🚀 roberta-es-clinical-trials-temporal-ner
This named entity recognition model detects temporal expressions (TIMEX) according to the TimeML scheme (Pustejovsky et al. 2005), in addition to Age entities. It offers significant value in the field of clinical trials by accurately identifying key temporal and age - related information in Spanish texts.
✨ Features
- Entity Detection: Capable of detecting various types of entities, including Age (e.g., 18 años), Date (e.g., 2022, 26 de noviembre), Duration (e.g., 3 horas), Frequency (e.g., semanal), and Time (e.g., noche).
- High - Performance Results: Achieves excellent performance on the test set, with Precision, Recall, F1, and Accuracy all reaching around 0.9, and an extremely high accuracy of 0.996 (±0.001).
📦 Installation
No installation steps are provided in the original README, so this section is skipped.
📚 Documentation
Model description
This model adapts the pre - trained model bsc-bio-ehr-es, presented in Pio Carriño et al. (2022).
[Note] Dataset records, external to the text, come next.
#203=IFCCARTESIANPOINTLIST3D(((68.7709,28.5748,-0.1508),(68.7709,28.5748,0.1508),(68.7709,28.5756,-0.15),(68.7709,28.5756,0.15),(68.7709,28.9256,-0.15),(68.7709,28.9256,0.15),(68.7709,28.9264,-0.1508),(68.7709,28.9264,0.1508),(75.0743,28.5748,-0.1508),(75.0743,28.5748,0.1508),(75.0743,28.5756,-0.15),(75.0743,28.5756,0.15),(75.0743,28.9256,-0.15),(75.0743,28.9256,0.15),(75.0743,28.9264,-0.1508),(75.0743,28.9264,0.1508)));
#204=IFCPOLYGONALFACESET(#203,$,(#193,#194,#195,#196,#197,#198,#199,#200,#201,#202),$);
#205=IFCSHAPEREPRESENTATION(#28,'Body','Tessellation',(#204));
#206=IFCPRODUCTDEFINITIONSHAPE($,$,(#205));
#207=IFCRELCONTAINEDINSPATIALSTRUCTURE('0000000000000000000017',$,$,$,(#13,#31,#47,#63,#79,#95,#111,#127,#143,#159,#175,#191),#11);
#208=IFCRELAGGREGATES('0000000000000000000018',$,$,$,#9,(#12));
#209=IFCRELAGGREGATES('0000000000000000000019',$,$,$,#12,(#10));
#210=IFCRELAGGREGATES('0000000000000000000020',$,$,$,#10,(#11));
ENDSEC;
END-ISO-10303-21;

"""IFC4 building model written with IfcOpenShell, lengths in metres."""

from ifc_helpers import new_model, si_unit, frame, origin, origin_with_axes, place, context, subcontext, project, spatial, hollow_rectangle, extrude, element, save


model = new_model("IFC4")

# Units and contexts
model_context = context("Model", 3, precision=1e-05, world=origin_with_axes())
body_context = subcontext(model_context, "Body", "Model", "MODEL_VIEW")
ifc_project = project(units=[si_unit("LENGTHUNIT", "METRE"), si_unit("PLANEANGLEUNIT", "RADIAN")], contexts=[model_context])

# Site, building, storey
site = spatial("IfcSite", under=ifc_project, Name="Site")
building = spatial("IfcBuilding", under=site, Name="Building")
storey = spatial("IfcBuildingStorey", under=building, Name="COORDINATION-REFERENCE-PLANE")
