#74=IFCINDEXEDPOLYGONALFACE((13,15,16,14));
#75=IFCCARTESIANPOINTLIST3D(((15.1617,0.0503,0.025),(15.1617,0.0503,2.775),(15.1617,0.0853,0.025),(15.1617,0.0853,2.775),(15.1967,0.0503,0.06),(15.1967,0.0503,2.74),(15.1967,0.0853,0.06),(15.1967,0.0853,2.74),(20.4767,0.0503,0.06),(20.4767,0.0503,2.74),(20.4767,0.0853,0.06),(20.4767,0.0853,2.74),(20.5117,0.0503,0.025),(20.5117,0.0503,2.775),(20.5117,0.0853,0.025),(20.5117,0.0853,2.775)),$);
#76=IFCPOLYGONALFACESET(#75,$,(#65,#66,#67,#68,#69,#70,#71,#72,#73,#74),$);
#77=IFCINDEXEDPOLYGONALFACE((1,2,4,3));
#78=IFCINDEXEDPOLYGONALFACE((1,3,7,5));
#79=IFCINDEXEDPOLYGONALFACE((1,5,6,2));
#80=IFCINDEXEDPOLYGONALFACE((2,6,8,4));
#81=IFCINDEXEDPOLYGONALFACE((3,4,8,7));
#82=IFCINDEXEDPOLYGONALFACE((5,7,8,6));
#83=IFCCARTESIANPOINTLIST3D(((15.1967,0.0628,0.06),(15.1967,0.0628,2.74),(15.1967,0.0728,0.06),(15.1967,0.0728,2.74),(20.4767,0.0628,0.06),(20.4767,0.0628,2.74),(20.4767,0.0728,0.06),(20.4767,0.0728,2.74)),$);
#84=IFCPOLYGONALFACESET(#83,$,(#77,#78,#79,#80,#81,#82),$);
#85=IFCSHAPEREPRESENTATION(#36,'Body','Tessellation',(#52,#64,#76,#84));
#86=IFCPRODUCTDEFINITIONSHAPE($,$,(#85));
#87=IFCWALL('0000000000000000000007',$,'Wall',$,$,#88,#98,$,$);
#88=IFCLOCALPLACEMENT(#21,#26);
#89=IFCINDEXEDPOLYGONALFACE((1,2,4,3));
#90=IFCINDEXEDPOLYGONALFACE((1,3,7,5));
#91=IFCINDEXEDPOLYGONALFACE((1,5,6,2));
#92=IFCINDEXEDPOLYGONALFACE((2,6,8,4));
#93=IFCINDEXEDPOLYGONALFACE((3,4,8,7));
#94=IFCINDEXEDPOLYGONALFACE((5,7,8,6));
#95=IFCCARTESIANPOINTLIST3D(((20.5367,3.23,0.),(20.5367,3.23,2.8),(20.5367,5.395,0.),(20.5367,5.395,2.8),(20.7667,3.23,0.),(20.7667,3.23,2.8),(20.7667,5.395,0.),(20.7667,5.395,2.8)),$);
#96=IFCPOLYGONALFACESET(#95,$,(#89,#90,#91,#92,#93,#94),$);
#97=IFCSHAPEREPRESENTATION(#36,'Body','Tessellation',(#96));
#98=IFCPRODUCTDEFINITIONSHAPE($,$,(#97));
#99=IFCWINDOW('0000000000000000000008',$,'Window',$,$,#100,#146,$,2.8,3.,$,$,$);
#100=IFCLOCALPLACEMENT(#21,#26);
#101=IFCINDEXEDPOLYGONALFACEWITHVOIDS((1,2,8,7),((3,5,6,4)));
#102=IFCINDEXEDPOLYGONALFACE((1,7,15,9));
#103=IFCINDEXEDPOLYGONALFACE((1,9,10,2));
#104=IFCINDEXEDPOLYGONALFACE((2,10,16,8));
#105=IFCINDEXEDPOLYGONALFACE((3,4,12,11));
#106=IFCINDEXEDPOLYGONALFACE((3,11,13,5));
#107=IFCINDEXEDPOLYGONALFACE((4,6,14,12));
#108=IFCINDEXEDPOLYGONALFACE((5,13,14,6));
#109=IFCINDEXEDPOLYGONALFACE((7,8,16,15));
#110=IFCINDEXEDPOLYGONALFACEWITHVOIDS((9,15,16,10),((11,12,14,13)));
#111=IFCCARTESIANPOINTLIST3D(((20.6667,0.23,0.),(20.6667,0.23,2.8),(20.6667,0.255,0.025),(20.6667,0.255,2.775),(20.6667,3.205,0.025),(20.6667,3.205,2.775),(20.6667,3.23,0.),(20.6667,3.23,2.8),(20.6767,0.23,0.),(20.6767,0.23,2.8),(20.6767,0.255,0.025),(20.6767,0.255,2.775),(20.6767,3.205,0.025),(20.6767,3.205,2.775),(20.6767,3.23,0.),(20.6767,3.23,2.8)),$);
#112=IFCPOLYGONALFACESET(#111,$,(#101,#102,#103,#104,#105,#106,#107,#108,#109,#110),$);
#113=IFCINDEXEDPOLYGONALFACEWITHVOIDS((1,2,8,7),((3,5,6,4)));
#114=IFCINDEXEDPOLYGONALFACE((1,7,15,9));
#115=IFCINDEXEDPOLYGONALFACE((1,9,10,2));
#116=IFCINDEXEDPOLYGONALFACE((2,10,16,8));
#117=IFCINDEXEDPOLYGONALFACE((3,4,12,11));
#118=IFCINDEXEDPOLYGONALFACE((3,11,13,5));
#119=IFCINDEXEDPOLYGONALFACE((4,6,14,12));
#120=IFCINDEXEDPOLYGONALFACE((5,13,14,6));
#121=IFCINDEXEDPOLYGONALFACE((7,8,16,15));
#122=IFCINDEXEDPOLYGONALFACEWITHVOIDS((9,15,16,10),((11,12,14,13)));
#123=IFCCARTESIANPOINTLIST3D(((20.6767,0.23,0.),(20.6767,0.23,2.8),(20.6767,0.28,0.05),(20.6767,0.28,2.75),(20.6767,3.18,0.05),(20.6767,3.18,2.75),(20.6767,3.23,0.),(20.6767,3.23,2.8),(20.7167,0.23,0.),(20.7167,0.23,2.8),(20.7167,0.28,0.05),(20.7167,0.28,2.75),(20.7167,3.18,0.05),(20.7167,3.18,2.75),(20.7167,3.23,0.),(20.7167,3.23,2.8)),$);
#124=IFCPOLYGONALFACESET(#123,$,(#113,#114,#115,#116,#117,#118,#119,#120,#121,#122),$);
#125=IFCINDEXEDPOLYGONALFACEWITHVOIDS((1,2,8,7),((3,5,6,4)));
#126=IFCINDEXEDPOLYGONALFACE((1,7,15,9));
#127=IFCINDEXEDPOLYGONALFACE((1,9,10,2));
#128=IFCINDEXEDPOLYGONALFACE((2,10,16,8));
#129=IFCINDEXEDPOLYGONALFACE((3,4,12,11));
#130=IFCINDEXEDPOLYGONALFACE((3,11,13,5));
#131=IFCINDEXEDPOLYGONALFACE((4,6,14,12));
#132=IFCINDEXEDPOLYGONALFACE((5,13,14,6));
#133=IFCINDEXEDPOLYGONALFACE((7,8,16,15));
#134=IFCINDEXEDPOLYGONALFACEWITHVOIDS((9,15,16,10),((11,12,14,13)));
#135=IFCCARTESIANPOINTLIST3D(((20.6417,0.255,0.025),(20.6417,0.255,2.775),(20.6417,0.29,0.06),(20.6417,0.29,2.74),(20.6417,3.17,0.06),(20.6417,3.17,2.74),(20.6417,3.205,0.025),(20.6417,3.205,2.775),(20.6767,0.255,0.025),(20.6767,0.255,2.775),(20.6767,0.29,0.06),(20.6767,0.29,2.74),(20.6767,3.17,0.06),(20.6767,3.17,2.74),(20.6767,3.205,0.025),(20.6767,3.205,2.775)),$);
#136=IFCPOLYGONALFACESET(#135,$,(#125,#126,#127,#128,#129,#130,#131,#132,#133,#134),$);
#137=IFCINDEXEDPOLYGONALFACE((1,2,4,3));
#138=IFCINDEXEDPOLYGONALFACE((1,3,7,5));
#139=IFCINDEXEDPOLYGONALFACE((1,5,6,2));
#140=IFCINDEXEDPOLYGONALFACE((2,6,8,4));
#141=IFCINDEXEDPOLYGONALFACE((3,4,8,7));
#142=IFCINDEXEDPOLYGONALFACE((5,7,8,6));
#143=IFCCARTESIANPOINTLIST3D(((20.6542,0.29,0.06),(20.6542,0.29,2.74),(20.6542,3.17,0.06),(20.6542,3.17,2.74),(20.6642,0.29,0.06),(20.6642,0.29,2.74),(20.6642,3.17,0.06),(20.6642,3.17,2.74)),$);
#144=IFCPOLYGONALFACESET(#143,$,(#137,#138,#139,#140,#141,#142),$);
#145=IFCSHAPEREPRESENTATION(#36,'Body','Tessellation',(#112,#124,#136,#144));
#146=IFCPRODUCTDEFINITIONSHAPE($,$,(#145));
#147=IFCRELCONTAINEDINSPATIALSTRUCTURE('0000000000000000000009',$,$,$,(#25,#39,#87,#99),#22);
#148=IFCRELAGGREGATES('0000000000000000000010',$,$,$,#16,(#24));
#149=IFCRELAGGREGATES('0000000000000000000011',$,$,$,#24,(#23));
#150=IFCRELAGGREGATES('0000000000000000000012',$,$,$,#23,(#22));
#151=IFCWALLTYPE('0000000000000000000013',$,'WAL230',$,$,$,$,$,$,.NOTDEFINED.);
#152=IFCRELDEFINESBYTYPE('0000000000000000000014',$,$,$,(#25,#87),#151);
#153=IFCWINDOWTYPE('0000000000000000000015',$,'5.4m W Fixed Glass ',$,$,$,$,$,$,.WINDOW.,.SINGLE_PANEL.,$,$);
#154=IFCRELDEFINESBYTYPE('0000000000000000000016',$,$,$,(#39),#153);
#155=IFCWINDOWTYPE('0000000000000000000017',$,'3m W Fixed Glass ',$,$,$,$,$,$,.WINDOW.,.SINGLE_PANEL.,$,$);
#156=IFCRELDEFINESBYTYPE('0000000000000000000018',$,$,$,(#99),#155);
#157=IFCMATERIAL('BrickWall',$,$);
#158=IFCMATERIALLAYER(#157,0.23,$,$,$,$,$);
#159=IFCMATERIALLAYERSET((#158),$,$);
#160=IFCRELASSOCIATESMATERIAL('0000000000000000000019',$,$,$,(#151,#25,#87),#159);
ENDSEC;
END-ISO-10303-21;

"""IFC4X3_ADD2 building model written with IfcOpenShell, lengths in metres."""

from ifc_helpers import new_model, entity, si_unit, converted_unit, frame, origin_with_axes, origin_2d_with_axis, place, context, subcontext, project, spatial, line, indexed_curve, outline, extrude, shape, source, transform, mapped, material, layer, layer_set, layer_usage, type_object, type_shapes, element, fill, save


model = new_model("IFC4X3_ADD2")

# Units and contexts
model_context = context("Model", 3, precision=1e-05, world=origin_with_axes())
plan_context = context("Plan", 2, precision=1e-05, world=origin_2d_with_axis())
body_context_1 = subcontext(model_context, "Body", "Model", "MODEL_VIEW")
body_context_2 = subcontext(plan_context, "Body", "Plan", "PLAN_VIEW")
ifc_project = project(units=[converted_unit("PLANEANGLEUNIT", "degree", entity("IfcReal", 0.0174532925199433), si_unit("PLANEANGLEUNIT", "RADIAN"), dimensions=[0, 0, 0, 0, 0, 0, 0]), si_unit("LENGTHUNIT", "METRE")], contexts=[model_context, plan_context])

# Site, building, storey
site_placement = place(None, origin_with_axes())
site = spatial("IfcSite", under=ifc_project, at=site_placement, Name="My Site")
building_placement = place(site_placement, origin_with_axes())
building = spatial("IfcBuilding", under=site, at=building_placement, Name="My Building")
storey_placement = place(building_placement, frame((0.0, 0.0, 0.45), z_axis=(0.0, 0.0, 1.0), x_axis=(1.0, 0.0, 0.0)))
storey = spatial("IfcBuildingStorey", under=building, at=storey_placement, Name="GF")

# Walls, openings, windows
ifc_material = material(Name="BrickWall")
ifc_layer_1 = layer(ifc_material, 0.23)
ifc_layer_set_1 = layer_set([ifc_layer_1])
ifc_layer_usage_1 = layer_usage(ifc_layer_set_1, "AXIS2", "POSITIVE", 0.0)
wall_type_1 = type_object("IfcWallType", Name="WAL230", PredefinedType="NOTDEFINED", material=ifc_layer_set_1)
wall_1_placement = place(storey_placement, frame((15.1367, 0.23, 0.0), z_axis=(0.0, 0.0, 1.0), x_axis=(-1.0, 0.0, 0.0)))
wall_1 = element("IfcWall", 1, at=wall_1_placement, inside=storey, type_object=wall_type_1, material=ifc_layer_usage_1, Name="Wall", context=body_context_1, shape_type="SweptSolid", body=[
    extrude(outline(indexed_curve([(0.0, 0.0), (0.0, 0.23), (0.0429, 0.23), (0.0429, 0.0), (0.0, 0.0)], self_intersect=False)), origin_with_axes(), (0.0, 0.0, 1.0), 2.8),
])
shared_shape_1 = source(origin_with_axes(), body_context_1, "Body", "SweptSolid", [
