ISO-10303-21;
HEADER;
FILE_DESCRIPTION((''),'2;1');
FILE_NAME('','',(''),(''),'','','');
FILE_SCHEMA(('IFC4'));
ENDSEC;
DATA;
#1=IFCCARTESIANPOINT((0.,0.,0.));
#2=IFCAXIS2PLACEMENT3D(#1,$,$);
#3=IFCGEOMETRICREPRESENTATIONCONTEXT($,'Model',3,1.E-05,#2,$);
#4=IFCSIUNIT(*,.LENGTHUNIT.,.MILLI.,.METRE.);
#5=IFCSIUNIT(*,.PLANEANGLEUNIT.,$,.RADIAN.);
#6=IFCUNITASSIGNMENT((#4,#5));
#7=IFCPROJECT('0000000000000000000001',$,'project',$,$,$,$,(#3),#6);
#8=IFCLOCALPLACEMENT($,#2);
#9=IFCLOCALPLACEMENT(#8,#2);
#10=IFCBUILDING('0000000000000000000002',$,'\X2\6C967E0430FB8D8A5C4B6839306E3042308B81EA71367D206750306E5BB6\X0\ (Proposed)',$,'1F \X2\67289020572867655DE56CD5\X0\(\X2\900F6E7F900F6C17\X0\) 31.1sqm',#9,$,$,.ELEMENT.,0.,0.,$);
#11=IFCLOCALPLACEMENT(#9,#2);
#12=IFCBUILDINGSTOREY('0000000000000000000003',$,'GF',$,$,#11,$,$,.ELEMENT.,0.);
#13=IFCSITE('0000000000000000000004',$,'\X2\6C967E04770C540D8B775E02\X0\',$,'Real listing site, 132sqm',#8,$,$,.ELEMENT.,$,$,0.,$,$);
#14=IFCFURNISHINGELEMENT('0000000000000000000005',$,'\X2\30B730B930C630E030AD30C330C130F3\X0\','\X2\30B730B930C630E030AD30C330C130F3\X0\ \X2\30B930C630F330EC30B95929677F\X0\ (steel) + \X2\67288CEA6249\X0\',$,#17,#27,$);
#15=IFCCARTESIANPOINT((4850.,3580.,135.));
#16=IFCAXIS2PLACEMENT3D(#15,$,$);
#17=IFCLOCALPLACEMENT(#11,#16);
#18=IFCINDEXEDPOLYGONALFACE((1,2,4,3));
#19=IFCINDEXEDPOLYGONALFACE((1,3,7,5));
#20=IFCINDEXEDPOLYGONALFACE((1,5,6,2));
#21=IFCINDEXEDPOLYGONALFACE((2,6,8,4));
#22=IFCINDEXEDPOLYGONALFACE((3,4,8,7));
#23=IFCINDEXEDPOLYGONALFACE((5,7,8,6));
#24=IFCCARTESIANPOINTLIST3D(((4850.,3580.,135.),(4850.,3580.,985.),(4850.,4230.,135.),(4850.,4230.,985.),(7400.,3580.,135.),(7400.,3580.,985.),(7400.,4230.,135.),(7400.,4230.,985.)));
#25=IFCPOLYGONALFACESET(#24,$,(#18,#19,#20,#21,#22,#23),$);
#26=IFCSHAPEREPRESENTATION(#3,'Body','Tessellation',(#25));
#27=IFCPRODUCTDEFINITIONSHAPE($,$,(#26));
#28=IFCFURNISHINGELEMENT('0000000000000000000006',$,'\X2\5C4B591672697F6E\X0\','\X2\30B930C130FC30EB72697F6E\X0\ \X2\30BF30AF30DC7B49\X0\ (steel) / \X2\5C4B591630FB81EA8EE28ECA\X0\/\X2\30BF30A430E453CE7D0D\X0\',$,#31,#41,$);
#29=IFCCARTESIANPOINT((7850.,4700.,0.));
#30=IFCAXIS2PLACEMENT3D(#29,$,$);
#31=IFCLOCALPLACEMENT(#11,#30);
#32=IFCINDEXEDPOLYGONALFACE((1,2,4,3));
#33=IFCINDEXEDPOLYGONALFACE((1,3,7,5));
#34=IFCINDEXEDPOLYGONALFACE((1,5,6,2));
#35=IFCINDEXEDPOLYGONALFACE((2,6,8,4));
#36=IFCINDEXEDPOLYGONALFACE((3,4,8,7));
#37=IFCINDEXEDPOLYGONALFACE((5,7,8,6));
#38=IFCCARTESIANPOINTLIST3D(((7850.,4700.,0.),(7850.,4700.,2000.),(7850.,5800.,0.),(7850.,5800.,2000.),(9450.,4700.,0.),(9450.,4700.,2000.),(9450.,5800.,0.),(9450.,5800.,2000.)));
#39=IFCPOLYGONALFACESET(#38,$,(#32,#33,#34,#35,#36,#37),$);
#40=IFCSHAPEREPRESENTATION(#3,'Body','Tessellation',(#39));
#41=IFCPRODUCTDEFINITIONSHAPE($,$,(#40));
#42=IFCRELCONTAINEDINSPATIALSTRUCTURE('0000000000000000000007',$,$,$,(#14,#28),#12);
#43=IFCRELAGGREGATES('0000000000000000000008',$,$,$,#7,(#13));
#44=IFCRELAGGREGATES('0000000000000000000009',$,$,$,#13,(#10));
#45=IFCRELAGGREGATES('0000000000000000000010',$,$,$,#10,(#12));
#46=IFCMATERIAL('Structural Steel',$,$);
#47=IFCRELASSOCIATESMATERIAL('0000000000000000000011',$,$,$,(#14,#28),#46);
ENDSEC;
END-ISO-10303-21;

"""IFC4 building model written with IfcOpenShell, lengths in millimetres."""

from ifc_helpers import new_model, si_unit, frame, frame_2d, origin, place, context, project, spatial, rectangle, extrude, material, element, save


model = new_model("IFC4")

# Units and contexts
model_context = context("Model", 3, precision=1e-05, world=origin())
ifc_project = project(units=[si_unit("LENGTHUNIT", "METRE", prefix="MILLI"), si_unit("PLANEANGLEUNIT", "RADIAN")], contexts=[model_context])

# Site, building, storey
site_placement = place(None, origin())
site = spatial("IfcSite", under=ifc_project, at=site_placement, Name="沖縄県名護市", ObjectType="Real listing site, 132sqm", CompositionType="ELEMENT", RefElevation=0.0)
building_placement = place(site_placement, origin())
building = spatial("IfcBuilding", under=site, at=building_placement, Name="沖縄・越屋根のある自然素材の家 (Proposed)", ObjectType="1F 木造在来工法(透湿透気) 31.1sqm", CompositionType="ELEMENT", ElevationOfRefHeight=0.0, ElevationOfTerrain=0.0)
storey_placement = place(building_placement, origin())
storey = spatial("IfcBuildingStorey", under=building, at=storey_placement, Name="GF", CompositionType="ELEMENT", Elevation=0.0)

# Shared definitions
ifc_material_1 = material(Name="Structural Steel")

# Furnishing elements
furnishing_1_placement = place(storey_placement, frame((4850.0, 3580.0, 135.0)))
element("IfcFurnishingElement", 1, at=furnishing_1_placement, inside=storey, material=ifc_material_1, Name="システムキッチン", Description="システムキッチン ステンレス天板 (steel) + 木質扉", context=model_context, shape_type="SweptSolid", body=[
    extrude(rectangle(XDim=2550.0, YDim=650.0, at=frame_2d((1275.0, 325.0))), frame((4850.0, 3580.0, 135.0)), (0.0, 0.0, 1.0), 850.0),
])
furnishing_2_placement = place(storey_placement, frame((7850.0, 4700.0, 0.0)))
element("IfcFurnishingElement", 2, at=furnishing_2_placement, inside=storey, material=ifc_material_1, Name="屋外物置", Description="スチール物置 タクボ等 (steel) / 屋外・自転車/タイヤ収納", context=model_context, shape_type="SweptSolid", body=[
    extrude(rectangle(XDim=1600.0, YDim=1100.0, at=frame_2d((800.0, 550.0))), frame((7850.0, 4700.0, 0.0)), (0.0, 0.0, 1.0), 2000.0),
])

save(model, "model.ifc")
It is fine - tuned to conduct temporal named entity recognition on Spanish texts about clinical trials. The model is fine - tuned on the CT - EBM - ES corpus (Campillos - Llanos et al. 2021).
If you use this model, please, cite as follows:
@article{campillosetal2024,
title = {{Hybrid tool for semantic annotation and concept extraction of medical texts in Spanish}},
author = {Campillos - Llanos, Leonardo and Valverde - Mateos, Ana and Capllonch - Carri{\'o}n, Adri{\'a}n},
journal = {BMC Bioinformatics},
year={2024},
publisher={BioMed Central}
}
Intended uses & limitations
⚠️ Important Note
This model is under development and needs to be improved. It should not be used for medical decision making without human assistance and supervision.
This model is intended for a generalist purpose, and may have bias and/or any other undesirable distortions.
Third parties who deploy or provide systems and/or services using any of these models (or using systems based on these models) should note that it is their responsibility to mitigate the risks arising from their use. Third parties, in any event, need to comply with applicable regulations, including regulations concerning the use of artificial intelligence.
The owner or creator of the models will in no event be liable for any results arising from the use made by third parties of these models.
Training and evaluation data
The data used for fine - tuning are the Clinical Trials for Evidence - Based - Medicine in Spanish corpus. It is a collection of 1200 texts about clinical trials studies and clinical trials announcements:
- 500 abstracts from journals published under a Creative Commons license, e.g., available in PubMed or the Scientific Electronic Library Online (SciELO)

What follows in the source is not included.